→ Your assignment: Look through the records below for the line with "#27=IFCINDEXEDPOLYGONALFACE((4,44,80,40));". Return that line and each one after it up to and including the line with "#37=IFCINDEXEDPOLYGONALFACE((10,49,51));", exactly.

→ Data under study:

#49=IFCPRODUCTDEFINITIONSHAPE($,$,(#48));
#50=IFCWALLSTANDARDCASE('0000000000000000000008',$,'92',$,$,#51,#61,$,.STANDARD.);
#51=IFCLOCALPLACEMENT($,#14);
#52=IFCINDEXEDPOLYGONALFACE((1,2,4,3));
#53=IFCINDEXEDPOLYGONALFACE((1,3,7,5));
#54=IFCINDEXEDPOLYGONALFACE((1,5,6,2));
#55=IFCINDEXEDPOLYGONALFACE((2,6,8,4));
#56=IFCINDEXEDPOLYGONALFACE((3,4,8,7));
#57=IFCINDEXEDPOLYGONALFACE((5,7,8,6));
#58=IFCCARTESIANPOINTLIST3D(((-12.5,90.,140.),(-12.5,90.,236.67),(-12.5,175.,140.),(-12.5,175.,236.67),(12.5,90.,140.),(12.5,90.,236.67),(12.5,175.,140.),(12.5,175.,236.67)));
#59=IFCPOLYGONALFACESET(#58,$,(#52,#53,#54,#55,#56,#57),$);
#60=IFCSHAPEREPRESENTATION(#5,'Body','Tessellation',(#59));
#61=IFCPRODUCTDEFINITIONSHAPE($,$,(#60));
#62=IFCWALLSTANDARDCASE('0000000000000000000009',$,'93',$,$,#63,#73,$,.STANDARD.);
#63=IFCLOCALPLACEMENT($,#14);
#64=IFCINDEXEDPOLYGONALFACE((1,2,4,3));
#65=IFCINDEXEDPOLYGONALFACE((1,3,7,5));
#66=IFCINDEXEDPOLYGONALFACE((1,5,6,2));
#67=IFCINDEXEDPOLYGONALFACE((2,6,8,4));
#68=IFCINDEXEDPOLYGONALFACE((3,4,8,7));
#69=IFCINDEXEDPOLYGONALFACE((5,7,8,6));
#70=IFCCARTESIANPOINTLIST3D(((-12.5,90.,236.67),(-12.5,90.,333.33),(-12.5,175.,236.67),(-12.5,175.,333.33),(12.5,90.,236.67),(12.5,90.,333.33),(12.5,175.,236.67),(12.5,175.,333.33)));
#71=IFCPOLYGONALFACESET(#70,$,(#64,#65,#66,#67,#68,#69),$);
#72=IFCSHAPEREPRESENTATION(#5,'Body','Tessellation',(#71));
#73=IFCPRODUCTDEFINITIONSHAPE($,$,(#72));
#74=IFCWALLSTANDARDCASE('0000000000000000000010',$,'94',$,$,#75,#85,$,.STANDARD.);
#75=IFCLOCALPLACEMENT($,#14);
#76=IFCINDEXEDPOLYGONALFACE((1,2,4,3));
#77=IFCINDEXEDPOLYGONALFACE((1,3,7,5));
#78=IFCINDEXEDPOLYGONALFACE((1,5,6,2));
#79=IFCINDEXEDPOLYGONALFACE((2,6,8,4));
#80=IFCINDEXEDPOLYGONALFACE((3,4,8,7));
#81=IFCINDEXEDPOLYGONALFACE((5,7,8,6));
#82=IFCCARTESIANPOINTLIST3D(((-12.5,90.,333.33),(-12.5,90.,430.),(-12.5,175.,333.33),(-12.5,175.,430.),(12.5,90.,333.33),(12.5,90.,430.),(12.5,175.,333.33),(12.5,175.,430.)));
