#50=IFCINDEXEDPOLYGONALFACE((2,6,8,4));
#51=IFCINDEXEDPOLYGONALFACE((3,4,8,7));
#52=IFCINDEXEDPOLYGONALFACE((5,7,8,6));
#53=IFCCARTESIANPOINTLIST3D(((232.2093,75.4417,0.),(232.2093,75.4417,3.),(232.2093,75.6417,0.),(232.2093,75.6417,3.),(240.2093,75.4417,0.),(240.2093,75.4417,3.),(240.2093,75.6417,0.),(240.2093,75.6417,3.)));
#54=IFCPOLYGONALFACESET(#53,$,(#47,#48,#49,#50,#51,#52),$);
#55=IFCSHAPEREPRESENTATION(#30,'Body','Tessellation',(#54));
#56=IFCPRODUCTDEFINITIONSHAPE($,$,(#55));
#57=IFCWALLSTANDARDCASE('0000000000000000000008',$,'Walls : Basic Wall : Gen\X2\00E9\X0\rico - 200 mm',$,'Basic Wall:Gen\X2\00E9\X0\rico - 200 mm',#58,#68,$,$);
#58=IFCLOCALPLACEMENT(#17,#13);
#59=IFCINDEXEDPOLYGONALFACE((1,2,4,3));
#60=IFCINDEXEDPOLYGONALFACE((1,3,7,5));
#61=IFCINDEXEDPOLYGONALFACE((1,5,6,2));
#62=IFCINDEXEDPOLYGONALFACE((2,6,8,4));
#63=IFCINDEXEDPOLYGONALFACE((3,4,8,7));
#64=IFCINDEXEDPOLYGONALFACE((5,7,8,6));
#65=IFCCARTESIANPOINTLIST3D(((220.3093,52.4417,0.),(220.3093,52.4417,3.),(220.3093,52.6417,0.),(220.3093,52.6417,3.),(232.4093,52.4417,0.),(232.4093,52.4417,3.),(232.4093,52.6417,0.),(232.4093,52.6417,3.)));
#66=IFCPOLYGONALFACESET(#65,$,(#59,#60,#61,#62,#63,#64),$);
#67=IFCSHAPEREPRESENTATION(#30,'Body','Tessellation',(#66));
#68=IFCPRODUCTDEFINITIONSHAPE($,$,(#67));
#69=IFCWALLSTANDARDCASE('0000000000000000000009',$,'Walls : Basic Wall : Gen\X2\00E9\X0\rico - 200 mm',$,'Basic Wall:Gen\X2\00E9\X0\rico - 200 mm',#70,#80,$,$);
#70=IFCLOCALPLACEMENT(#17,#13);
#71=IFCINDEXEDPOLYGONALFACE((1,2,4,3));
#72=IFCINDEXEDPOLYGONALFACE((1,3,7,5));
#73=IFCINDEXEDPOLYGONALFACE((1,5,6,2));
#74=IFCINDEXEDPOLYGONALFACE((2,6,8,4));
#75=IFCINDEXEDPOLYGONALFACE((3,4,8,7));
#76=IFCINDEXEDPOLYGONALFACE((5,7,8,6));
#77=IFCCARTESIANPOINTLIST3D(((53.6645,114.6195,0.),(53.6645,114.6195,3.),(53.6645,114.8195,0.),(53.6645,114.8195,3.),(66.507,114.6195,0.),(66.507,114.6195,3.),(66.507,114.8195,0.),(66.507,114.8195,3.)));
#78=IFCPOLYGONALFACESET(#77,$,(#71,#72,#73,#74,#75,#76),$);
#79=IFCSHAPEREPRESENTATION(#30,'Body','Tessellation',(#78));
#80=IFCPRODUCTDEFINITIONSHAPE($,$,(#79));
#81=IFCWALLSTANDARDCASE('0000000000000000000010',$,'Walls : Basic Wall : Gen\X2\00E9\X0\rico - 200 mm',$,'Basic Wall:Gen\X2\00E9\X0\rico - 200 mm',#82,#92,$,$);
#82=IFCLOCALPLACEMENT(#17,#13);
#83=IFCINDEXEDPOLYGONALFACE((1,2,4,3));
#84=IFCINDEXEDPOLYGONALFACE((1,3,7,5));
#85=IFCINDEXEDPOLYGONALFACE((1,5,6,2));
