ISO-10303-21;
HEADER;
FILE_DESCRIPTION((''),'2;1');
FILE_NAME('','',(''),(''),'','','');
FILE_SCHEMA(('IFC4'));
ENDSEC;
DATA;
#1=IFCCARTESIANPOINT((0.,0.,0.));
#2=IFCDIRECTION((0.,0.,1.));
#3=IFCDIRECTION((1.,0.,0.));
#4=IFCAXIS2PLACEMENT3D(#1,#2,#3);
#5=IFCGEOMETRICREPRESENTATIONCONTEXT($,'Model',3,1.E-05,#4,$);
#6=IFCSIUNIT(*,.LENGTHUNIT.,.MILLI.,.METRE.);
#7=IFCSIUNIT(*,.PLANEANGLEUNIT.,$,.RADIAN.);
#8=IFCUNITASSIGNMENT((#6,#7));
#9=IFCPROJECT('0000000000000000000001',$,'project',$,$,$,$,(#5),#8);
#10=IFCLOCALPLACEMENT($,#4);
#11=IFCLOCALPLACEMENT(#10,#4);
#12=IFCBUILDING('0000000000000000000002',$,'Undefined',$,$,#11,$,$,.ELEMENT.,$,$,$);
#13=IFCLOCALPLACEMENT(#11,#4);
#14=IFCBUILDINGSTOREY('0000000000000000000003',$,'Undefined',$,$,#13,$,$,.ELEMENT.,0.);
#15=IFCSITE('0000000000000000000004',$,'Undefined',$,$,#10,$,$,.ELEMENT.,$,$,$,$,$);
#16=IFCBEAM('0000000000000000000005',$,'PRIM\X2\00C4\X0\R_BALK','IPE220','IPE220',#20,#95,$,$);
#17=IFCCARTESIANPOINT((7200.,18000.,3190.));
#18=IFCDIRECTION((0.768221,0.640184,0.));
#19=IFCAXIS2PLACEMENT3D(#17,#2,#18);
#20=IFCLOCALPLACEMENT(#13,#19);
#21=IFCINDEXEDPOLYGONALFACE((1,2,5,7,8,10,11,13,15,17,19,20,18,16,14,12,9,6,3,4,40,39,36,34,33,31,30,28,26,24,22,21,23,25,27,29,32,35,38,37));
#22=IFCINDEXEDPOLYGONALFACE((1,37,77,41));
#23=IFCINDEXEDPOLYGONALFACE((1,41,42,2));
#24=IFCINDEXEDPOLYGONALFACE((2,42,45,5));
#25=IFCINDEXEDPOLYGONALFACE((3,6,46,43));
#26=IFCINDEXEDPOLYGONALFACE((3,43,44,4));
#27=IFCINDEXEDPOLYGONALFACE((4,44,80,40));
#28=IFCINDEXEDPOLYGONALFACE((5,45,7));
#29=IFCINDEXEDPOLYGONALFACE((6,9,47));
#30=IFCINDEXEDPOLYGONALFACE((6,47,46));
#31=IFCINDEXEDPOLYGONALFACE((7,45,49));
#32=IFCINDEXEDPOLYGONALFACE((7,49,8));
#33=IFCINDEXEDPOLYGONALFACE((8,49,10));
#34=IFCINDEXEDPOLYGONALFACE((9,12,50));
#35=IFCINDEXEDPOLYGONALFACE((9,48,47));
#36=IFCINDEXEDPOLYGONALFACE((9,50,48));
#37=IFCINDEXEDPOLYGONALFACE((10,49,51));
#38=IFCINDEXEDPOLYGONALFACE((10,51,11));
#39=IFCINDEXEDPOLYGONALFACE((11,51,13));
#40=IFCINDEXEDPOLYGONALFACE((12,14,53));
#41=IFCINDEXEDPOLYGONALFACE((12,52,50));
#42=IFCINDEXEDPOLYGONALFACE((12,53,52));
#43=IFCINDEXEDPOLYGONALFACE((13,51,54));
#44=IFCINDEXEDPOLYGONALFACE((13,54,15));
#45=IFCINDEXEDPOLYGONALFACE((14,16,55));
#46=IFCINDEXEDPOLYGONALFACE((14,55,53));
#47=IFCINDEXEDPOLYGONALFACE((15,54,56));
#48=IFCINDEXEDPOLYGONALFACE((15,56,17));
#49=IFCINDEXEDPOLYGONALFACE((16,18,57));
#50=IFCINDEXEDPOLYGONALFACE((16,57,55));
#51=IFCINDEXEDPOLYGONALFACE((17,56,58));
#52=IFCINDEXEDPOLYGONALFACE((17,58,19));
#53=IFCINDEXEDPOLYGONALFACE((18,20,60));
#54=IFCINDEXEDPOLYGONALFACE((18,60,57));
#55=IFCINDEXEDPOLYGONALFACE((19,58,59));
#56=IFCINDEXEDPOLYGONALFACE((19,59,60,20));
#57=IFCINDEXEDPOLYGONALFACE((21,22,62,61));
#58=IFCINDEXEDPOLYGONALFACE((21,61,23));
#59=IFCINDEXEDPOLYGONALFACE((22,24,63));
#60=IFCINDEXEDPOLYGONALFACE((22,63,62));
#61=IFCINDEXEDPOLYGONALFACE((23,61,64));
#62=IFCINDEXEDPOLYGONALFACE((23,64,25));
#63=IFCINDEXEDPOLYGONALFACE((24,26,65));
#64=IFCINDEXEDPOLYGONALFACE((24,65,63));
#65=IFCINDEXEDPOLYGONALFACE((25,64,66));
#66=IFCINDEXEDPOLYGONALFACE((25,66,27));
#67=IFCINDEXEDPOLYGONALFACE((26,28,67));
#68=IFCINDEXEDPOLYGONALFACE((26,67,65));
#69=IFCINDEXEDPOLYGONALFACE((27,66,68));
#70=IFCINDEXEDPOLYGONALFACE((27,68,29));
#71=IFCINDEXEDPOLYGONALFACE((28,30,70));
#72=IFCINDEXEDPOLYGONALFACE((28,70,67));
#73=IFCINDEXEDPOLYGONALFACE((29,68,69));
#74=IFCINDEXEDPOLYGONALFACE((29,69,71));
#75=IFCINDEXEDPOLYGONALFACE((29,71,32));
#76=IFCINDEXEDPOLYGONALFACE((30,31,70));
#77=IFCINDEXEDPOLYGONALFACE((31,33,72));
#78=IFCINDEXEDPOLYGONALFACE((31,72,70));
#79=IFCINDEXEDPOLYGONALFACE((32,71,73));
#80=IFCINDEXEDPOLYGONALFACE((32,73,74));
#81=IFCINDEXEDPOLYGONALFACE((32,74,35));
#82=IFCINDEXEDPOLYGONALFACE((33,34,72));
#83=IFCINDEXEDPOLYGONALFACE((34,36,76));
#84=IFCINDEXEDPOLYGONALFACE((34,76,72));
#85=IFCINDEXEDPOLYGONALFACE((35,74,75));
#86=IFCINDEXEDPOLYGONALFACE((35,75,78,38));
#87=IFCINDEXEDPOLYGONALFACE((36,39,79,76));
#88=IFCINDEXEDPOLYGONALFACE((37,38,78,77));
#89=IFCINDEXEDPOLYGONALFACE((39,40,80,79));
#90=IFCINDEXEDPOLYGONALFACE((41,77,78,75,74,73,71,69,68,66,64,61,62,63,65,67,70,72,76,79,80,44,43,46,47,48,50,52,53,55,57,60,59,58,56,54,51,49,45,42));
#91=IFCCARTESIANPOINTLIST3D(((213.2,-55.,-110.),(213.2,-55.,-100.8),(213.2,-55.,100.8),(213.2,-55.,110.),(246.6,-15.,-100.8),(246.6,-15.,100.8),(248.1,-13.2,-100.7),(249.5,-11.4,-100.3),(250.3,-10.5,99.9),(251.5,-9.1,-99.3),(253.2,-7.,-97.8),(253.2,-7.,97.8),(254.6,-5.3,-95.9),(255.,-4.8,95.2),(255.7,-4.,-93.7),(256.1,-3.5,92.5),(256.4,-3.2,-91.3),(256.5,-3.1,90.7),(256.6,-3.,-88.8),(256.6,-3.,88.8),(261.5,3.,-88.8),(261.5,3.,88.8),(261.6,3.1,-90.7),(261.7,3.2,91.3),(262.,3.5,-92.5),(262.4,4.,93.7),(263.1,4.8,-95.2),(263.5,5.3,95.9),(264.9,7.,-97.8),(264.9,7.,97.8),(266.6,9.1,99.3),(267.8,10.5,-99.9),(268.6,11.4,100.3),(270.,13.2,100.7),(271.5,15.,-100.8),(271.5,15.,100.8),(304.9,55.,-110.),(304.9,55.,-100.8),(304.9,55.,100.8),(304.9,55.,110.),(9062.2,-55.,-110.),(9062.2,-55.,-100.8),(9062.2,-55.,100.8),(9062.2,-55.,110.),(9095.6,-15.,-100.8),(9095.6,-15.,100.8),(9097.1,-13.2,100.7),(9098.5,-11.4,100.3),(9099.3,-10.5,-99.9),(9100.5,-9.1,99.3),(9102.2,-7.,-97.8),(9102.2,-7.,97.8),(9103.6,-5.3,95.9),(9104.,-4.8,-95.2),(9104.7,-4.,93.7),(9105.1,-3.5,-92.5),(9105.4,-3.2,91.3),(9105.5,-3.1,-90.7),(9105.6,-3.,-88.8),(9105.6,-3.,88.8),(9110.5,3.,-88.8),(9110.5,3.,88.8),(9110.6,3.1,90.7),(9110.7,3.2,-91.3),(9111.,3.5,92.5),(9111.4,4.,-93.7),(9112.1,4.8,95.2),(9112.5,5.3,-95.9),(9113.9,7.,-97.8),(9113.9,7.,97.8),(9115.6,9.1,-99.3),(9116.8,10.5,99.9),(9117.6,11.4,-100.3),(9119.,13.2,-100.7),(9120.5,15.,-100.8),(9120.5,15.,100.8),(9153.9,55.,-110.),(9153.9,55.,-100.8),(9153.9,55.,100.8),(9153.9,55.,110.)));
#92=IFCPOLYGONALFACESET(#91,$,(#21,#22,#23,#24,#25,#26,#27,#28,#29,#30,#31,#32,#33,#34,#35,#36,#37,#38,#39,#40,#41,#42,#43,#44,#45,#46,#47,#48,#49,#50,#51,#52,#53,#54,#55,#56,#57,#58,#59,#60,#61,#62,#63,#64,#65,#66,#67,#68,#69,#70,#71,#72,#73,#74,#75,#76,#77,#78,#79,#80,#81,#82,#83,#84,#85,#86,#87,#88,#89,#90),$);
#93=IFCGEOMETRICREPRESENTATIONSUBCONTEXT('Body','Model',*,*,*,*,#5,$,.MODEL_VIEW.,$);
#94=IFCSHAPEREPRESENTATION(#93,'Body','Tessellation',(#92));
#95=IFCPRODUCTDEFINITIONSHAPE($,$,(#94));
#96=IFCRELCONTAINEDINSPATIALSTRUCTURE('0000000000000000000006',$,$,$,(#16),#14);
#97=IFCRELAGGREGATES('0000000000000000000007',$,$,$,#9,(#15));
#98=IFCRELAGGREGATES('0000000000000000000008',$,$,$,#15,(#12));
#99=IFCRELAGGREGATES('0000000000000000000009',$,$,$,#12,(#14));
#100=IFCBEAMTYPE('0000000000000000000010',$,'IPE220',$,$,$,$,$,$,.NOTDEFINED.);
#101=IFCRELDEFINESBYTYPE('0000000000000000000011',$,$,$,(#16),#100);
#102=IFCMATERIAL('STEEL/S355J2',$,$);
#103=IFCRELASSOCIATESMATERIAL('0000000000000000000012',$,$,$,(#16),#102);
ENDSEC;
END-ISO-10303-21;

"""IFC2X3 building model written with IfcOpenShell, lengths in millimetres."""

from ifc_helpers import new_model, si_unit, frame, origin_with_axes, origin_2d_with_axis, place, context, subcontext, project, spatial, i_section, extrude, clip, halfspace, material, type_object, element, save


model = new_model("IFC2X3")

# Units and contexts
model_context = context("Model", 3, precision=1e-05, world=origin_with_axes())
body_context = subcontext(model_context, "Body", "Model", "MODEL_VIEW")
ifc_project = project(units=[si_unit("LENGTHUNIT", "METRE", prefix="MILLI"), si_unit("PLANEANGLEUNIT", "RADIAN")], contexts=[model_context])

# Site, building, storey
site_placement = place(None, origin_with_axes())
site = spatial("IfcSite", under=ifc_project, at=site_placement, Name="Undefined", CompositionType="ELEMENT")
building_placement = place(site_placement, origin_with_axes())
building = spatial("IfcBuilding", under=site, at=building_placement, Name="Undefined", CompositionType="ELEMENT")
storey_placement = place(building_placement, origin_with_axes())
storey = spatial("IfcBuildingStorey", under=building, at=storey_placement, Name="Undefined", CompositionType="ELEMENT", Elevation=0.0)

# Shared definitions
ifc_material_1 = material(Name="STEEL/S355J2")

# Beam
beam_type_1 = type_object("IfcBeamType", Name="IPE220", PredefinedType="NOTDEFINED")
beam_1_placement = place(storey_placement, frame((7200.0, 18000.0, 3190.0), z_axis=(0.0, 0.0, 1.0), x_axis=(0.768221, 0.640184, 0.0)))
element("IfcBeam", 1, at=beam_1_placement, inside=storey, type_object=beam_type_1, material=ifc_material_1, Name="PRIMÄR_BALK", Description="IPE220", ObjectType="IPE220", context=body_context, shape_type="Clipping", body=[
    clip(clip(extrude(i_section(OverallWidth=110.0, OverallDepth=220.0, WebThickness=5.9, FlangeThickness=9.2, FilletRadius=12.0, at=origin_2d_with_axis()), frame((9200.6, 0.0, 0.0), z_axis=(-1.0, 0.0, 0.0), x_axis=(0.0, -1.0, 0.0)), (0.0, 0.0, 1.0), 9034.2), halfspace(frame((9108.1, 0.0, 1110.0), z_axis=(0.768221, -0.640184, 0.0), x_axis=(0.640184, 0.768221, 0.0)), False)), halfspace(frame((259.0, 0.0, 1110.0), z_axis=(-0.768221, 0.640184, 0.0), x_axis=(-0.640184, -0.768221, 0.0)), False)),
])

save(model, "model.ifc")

==

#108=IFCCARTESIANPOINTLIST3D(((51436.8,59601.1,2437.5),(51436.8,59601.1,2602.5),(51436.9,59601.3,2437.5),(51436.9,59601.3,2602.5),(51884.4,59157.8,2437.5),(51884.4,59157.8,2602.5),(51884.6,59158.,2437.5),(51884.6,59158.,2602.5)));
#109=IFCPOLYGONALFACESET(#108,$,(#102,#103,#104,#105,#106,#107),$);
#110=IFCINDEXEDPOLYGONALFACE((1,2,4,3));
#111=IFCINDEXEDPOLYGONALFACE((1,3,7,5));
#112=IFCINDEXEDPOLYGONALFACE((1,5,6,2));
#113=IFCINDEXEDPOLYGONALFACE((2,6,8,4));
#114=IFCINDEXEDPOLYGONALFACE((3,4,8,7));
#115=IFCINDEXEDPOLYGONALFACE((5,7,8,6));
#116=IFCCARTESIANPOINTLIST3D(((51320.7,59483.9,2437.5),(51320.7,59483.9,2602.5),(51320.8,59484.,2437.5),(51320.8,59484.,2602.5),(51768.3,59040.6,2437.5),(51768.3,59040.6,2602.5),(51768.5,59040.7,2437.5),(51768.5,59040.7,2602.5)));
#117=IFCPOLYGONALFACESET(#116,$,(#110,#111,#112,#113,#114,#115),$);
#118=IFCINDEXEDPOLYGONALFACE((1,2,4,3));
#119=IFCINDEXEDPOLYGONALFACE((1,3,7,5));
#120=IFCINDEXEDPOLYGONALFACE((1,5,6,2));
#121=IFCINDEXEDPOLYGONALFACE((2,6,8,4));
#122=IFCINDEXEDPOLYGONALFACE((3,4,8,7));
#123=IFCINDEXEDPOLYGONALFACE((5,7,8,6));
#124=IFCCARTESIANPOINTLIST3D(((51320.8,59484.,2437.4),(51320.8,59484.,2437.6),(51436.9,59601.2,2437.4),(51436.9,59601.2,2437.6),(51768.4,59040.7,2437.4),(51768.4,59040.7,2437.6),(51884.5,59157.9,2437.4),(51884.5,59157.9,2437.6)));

→ Task result:
#27=IFCINDEXEDPOLYGONALFACE((4,44,80,40));
#28=IFCINDEXEDPOLYGONALFACE((5,45,7));
#29=IFCINDEXEDPOLYGONALFACE((6,9,47));
#30=IFCINDEXEDPOLYGONALFACE((6,47,46));
#31=IFCINDEXEDPOLYGONALFACE((7,45,49));
#32=IFCINDEXEDPOLYGONALFACE((7,49,8));
#33=IFCINDEXEDPOLYGONALFACE((8,49,10));
#34=IFCINDEXEDPOLYGONALFACE((9,12,50));
#35=IFCINDEXEDPOLYGONALFACE((9,48,47));
#36=IFCINDEXEDPOLYGONALFACE((9,50,48));
#37=IFCINDEXEDPOLYGONALFACE((10,49,51));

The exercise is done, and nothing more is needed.